▶ _EXERCISE BRIEF_
Filter the records below, keeping only lines with the string "IFCPRODUCTDEFINITIONSHAPE".

━━━━━━━━━━━━━━━━━━━━

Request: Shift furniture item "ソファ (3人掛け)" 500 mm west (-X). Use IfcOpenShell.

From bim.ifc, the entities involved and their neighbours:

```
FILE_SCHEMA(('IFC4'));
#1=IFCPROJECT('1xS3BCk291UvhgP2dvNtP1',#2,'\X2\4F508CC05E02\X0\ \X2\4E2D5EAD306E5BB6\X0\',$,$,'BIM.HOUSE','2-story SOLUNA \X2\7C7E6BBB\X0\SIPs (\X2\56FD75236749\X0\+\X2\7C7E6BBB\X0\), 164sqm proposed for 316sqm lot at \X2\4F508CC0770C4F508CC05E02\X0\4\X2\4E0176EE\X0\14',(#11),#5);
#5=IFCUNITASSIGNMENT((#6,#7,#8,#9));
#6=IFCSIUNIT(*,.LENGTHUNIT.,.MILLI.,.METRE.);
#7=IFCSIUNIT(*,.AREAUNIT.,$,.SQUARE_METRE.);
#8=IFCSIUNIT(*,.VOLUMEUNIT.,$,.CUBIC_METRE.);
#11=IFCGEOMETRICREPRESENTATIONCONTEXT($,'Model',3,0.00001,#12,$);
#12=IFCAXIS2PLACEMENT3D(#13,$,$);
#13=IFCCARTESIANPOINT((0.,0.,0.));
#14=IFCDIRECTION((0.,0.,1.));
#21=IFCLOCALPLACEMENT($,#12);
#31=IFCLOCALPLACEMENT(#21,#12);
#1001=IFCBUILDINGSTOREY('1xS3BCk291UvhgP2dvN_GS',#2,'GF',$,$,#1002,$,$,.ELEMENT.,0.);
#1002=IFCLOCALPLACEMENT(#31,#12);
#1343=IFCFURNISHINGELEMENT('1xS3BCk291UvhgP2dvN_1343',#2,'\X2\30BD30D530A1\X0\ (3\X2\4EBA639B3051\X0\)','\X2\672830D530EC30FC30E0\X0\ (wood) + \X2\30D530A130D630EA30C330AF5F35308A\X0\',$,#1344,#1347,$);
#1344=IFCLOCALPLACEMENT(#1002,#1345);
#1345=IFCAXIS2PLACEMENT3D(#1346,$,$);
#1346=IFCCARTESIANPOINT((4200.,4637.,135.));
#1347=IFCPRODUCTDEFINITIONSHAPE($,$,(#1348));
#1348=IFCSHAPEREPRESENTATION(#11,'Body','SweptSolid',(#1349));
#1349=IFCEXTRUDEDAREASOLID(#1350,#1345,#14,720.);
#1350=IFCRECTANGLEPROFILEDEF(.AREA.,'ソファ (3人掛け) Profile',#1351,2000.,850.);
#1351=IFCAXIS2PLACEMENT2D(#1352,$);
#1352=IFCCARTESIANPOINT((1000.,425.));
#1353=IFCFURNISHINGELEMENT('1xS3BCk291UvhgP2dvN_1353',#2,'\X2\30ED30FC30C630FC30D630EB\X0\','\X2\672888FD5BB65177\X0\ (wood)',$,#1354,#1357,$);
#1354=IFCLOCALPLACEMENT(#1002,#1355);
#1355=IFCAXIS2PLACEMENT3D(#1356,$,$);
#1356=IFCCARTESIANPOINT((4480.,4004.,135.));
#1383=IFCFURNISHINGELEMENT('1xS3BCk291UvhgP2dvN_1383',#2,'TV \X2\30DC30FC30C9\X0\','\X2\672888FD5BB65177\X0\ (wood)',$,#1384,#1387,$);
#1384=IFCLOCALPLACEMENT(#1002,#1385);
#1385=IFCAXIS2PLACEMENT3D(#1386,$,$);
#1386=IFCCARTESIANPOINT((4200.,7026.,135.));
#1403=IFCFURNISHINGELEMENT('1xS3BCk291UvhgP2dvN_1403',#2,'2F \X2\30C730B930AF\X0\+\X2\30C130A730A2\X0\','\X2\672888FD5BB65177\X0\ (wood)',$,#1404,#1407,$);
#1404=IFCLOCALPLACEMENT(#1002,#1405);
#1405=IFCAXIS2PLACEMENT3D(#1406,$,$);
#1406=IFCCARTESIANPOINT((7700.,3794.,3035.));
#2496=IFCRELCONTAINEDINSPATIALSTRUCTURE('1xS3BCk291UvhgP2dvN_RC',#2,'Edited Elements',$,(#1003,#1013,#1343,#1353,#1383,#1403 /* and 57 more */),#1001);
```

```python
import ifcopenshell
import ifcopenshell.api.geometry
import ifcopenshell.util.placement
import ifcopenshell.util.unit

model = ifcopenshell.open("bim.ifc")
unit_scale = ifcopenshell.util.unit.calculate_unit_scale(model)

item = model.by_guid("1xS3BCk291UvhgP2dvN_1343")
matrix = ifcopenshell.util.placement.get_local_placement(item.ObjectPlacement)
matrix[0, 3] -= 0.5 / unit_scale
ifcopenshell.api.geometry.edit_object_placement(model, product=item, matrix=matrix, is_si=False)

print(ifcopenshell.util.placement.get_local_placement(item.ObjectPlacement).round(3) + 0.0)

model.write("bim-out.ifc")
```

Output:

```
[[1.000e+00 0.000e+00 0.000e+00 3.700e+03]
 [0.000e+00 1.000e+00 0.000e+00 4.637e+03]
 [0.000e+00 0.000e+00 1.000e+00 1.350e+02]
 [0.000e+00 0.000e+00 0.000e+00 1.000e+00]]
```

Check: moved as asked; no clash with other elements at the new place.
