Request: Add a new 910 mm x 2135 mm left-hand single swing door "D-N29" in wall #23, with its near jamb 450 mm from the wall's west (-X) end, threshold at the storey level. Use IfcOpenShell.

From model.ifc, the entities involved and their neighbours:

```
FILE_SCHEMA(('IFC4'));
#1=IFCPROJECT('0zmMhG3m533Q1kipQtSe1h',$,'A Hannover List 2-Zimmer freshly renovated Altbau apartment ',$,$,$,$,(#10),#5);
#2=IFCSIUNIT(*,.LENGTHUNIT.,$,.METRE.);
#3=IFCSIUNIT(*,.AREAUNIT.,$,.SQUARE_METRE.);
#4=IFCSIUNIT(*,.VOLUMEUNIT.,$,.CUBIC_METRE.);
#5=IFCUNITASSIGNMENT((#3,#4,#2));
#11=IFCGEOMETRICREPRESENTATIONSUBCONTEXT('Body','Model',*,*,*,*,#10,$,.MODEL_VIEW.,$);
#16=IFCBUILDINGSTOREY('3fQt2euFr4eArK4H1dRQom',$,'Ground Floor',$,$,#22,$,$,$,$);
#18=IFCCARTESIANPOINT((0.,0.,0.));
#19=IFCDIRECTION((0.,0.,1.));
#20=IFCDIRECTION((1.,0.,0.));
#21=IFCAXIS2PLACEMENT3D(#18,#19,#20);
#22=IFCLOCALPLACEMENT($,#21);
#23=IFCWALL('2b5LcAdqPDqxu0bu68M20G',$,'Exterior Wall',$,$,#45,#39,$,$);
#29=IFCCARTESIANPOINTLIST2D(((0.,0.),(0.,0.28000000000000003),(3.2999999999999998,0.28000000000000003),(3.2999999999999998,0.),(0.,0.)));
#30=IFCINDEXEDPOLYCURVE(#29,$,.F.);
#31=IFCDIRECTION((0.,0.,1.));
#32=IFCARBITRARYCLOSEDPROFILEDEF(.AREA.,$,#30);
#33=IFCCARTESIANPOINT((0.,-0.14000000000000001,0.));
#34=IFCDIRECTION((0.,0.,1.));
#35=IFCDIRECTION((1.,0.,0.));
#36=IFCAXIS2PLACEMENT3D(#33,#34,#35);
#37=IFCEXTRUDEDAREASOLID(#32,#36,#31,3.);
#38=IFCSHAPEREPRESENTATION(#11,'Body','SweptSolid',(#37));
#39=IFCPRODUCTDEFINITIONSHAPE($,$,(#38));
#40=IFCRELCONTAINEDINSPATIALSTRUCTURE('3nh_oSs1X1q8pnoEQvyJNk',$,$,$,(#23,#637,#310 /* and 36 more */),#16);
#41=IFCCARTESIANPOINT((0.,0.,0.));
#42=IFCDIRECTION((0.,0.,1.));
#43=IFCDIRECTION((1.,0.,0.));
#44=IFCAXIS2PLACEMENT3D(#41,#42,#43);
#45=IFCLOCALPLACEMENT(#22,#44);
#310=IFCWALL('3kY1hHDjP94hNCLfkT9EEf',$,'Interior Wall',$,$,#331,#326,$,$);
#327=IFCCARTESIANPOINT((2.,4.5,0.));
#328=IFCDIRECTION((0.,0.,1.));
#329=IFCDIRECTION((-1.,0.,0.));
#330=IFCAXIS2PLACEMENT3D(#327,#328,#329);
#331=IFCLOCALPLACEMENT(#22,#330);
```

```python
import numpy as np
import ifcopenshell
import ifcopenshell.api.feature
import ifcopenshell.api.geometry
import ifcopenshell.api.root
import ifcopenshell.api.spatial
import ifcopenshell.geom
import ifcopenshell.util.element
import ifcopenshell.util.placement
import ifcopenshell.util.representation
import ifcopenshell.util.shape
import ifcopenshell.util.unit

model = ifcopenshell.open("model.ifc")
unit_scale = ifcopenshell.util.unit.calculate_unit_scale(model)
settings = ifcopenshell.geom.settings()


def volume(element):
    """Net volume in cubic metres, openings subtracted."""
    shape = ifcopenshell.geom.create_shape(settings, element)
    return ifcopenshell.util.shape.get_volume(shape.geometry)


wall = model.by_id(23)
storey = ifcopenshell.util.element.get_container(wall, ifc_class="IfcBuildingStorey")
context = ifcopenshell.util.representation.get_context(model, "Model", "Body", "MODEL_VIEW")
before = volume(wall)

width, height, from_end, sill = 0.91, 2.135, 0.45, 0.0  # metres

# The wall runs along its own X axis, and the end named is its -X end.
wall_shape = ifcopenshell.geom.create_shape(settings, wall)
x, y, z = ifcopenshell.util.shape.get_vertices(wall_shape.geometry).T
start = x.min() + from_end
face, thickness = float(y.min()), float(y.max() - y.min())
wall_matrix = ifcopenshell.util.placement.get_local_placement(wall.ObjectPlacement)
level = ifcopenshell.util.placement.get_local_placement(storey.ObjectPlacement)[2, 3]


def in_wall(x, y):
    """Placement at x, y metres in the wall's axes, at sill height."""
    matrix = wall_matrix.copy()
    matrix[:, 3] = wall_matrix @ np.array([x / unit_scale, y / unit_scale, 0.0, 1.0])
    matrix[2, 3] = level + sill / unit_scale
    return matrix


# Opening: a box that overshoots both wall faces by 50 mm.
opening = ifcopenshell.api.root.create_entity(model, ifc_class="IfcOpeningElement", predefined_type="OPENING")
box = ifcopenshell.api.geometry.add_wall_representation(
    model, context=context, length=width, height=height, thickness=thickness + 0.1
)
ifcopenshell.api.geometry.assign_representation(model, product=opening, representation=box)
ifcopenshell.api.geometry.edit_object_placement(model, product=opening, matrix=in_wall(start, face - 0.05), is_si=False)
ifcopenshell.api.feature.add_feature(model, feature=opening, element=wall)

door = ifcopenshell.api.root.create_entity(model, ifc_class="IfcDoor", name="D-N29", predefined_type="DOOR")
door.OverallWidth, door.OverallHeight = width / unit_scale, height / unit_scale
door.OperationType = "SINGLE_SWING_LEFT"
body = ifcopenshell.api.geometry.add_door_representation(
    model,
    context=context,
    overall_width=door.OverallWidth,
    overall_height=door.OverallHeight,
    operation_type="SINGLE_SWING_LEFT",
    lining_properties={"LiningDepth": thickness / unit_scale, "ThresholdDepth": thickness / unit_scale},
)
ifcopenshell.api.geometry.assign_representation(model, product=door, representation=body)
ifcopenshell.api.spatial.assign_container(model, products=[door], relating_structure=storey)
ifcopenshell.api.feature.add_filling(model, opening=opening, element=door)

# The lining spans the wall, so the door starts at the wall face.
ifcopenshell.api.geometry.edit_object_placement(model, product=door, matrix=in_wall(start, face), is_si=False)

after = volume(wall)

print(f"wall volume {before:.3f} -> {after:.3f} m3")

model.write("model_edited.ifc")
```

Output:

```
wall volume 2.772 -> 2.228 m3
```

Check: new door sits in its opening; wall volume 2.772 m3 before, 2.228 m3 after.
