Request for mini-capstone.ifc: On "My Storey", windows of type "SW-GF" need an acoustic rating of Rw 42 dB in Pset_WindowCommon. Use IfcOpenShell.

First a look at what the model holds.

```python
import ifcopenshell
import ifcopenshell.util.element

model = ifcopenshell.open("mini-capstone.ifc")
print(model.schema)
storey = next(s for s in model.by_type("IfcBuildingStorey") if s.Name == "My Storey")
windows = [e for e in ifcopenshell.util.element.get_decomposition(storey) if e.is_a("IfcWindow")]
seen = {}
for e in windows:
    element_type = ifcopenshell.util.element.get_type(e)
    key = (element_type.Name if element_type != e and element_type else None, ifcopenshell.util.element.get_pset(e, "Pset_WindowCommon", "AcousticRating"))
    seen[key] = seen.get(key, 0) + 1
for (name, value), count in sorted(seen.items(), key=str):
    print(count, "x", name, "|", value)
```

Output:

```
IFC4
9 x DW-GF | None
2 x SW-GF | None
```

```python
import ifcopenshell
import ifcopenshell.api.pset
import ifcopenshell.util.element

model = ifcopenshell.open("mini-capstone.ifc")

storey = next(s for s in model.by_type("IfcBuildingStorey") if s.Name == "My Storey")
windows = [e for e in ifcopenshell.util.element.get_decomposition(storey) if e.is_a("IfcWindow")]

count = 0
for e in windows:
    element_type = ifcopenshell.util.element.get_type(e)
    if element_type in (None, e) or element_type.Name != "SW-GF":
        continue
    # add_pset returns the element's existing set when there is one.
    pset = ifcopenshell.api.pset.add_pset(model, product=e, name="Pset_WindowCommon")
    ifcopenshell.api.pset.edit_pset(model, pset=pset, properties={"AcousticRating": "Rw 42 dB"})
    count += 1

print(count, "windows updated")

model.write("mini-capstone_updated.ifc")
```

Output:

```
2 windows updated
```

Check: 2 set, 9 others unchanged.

━━━━━━━━━━━━━━━━━━━━

▶ _FINISHED TASK_
#1347=IFCPRODUCTDEFINITIONSHAPE($,$,(#1348));
#39=IFCPRODUCTDEFINITIONSHAPE($,$,(#38));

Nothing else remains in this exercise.